'''

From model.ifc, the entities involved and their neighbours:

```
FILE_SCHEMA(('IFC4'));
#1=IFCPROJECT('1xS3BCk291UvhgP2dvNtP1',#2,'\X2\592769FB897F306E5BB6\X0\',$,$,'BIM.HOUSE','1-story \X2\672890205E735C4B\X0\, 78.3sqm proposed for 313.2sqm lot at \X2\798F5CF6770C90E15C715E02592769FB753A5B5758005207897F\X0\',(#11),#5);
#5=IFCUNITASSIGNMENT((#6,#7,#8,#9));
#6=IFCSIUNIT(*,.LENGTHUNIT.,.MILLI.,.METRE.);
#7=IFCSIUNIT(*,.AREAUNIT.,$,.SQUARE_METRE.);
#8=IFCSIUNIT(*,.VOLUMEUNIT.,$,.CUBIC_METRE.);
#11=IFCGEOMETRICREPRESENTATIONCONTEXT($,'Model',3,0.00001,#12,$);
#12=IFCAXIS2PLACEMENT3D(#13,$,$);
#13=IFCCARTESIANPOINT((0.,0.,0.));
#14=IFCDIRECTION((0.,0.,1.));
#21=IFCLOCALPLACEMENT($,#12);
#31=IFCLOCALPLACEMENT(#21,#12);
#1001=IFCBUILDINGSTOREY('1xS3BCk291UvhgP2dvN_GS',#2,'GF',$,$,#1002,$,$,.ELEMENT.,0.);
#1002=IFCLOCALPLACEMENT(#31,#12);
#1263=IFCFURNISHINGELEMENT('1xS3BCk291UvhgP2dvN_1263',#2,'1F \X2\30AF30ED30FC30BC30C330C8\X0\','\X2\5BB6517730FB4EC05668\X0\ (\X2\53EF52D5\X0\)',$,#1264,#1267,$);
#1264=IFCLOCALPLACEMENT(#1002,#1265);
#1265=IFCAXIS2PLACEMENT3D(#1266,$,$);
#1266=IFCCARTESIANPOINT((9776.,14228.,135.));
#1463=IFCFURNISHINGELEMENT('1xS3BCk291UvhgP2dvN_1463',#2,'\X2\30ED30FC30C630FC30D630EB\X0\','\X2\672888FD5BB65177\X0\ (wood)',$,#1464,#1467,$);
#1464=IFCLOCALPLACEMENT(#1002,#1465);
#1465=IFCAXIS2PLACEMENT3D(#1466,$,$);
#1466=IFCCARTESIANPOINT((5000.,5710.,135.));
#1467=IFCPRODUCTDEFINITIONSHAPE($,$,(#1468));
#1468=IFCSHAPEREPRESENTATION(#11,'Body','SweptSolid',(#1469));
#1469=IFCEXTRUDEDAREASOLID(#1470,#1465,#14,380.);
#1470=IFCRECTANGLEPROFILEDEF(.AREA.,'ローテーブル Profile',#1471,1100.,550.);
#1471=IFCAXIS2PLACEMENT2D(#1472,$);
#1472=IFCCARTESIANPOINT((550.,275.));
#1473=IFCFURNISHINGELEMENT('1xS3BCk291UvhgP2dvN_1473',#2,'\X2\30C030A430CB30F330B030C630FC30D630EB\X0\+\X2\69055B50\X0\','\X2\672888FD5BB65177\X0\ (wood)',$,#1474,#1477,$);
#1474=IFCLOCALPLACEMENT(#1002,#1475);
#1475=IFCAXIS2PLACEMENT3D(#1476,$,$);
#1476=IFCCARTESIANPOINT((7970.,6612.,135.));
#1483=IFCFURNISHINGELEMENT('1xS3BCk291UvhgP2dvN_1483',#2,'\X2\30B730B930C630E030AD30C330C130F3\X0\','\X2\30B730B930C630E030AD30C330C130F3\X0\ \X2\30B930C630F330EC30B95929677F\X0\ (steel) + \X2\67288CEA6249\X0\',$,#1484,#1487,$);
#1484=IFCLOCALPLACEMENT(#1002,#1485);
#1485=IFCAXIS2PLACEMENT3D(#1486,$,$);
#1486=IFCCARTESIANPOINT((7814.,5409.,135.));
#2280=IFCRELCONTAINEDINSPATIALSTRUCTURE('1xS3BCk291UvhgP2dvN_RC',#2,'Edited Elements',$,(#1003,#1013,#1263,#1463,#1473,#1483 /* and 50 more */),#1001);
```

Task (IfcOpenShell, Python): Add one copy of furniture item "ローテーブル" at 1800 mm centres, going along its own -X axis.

```python
import ifcopenshell
import ifcopenshell.api.geometry
import ifcopenshell.api.root
import ifcopenshell.util.element
import ifcopenshell.util.placement

model = ifcopenshell.open("model.ifc")


def reuse_history(source, copy):
    """copy_class also copies each property set's owner history, people and application; keep the originals."""
    for rel in copy.IsDefinedBy:
        if rel.is_a("IfcRelDefinesByProperties") and (history := rel.RelatingPropertyDefinition.OwnerHistory):
            rel.RelatingPropertyDefinition.OwnerHistory = source.OwnerHistory
            ifcopenshell.util.element.remove_deep2(model, history)


source = model.by_guid("1xS3BCk291UvhgP2dvN_1463")
base = ifcopenshell.util.placement.get_local_placement(source.ObjectPlacement)
step = -base[:3, 0] * 1800.0

for i in range(1, 2):
    copy = ifcopenshell.api.root.copy_class(model, product=source)
    copy.Representation = ifcopenshell.util.element.copy_deep(
        model, source.Representation, exclude=["IfcGeometricRepresentationContext", "IfcRepresentationMap"]
    )
    reuse_history(source, copy)
    matrix = base.copy()
    matrix[:3, 3] += i * step
    print("added at", matrix[:3, 3].round(3) + 0.0)
    ifcopenshell.api.geometry.edit_object_placement(model, product=copy, matrix=matrix, is_si=False)

model.write("model-out.ifc")
```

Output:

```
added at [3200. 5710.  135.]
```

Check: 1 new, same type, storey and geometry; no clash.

'''

**Task directions**: Filter the records above, keeping each line that contains the word "IFCLOCALPLACEMENT".

**Exercise result**:
#21=IFCLOCALPLACEMENT($,#12);
#31=IFCLOCALPLACEMENT(#21,#12);
#1002=IFCLOCALPLACEMENT(#31,#12);
#1264=IFCLOCALPLACEMENT(#1002,#1265);
#1464=IFCLOCALPLACEMENT(#1002,#1465);
#1474=IFCLOCALPLACEMENT(#1002,#1475);
#1484=IFCLOCALPLACEMENT(#1002,#1485);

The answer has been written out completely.